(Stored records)
◆ ◆ ◆ ◆
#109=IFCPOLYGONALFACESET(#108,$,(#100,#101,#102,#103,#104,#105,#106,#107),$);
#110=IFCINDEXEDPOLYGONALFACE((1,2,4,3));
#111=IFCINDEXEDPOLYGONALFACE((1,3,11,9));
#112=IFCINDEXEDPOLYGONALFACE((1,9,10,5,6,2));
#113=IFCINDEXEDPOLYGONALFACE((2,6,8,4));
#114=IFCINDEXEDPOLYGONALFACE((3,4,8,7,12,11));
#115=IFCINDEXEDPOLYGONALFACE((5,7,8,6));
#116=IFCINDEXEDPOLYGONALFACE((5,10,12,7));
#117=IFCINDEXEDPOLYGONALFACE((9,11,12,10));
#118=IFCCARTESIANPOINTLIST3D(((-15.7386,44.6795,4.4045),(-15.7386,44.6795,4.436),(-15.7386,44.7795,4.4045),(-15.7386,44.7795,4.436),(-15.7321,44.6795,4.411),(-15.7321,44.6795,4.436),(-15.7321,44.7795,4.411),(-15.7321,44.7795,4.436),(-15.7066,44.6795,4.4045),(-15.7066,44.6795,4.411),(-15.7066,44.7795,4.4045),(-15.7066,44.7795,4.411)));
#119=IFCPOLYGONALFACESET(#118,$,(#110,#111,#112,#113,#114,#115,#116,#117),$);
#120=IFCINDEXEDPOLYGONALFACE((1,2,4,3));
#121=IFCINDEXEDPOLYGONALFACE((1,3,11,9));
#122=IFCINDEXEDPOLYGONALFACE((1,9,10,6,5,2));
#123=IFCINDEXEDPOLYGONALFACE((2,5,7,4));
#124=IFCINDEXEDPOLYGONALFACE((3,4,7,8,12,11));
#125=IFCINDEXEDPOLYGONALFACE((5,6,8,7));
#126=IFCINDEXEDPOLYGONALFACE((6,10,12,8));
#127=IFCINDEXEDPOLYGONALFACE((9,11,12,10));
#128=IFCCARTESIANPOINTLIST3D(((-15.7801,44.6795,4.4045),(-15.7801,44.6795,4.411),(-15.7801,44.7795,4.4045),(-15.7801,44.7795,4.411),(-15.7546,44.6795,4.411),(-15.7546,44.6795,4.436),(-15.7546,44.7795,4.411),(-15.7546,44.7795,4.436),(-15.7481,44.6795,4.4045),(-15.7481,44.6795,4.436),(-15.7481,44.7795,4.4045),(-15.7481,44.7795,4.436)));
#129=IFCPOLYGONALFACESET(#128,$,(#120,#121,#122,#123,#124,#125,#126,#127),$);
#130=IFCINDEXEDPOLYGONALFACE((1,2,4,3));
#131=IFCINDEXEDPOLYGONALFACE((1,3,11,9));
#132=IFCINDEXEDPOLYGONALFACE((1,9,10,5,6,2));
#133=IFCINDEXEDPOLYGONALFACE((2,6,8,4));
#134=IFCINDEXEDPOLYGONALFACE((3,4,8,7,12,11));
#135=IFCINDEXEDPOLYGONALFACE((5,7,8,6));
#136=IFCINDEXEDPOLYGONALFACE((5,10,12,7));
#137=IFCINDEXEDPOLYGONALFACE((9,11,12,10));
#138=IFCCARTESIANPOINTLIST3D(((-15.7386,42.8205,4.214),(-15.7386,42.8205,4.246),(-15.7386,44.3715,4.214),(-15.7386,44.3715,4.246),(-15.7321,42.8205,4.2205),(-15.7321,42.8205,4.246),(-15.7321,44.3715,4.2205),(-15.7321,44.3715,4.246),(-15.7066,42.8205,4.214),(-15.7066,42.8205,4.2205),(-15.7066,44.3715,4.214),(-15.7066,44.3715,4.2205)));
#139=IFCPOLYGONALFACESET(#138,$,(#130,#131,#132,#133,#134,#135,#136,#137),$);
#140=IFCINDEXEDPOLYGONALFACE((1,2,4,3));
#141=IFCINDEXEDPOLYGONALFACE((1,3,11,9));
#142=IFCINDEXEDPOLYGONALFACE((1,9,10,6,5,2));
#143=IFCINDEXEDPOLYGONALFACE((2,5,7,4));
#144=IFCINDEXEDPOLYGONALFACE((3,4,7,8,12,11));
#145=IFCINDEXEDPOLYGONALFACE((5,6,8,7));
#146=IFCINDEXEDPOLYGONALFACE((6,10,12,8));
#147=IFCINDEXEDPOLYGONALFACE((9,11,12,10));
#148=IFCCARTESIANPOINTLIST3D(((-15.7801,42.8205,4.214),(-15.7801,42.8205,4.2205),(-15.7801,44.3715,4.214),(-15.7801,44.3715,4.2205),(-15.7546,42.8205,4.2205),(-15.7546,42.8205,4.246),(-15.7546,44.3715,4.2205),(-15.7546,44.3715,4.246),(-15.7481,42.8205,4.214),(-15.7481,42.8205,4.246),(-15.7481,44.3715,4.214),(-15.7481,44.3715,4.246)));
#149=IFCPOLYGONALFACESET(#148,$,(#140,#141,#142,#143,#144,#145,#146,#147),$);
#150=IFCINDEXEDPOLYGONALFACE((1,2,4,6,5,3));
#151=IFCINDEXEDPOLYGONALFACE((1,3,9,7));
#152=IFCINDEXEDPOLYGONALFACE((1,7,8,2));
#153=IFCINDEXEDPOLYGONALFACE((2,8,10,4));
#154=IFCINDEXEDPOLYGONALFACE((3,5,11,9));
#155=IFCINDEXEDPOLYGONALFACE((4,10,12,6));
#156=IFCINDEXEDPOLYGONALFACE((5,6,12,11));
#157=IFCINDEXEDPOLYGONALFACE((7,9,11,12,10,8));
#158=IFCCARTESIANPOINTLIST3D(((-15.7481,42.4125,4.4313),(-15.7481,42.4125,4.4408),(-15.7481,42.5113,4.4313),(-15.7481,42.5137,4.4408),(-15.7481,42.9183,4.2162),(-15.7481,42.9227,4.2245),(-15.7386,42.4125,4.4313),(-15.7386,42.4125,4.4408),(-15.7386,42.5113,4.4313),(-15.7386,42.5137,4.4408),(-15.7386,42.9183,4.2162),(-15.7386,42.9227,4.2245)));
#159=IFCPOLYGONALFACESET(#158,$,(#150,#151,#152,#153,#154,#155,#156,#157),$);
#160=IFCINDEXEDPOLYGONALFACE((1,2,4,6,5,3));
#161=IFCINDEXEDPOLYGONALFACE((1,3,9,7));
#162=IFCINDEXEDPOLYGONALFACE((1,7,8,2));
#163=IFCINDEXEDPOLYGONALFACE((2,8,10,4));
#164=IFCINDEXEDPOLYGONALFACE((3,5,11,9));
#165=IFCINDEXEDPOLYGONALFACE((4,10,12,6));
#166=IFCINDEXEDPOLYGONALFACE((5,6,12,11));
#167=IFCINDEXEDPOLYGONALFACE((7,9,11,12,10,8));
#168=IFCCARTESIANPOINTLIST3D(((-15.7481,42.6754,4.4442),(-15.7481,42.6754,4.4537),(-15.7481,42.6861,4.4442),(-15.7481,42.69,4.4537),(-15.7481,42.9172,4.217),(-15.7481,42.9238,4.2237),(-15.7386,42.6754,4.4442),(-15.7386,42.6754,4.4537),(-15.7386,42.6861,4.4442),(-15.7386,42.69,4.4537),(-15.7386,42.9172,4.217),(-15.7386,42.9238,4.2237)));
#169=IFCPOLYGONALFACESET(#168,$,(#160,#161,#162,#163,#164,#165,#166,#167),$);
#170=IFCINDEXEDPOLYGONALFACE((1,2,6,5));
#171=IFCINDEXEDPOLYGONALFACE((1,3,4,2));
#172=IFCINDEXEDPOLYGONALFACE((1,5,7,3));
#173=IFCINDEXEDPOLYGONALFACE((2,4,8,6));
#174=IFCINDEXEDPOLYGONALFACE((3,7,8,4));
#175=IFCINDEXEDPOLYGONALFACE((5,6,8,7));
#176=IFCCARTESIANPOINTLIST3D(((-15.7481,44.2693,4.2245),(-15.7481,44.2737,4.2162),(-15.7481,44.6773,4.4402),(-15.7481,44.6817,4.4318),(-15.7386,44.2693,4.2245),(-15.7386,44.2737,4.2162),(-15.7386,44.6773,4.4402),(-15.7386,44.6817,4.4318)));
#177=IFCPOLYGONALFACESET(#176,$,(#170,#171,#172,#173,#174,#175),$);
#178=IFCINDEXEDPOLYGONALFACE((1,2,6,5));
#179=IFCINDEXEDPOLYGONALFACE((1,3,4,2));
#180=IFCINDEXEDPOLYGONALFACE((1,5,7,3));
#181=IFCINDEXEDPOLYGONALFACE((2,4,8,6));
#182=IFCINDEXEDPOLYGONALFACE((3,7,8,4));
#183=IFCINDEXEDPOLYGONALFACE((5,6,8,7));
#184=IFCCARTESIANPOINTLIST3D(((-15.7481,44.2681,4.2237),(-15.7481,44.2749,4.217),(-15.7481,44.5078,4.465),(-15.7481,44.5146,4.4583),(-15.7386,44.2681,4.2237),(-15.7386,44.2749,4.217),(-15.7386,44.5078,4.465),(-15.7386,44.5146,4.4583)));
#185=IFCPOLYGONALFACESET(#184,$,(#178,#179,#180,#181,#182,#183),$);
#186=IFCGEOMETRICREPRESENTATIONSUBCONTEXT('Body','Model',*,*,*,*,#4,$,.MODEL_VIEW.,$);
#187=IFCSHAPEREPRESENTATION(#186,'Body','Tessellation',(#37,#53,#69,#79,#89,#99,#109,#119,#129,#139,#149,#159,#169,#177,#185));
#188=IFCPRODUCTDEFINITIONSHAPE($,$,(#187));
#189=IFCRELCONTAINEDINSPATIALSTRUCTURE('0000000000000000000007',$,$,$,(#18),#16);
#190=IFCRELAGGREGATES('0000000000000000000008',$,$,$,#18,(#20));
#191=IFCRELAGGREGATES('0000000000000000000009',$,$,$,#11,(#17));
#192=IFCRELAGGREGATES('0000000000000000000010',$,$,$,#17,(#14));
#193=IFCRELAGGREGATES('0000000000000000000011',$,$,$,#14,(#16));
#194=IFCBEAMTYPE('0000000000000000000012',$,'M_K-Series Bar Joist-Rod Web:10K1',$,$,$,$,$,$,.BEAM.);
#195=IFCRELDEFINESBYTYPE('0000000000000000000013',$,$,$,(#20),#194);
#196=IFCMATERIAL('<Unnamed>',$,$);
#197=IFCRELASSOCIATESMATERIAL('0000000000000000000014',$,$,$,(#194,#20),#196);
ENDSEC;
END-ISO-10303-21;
◆ ◆ ◆ ◆
→ Exercise brief
Go through the data above and find the lines with the word "Body". Copy each of those lines.

→ Written answer
#186=IFCGEOMETRICREPRESENTATIONSUBCONTEXT('Body','Model',*,*,*,*,#4,$,.MODEL_VIEW.,$);
#187=IFCSHAPEREPRESENTATION(#186,'Body','Tessellation',(#37,#53,#69,#79,#89,#99,#109,#119,#129,#139,#149,#159,#169,#177,#185));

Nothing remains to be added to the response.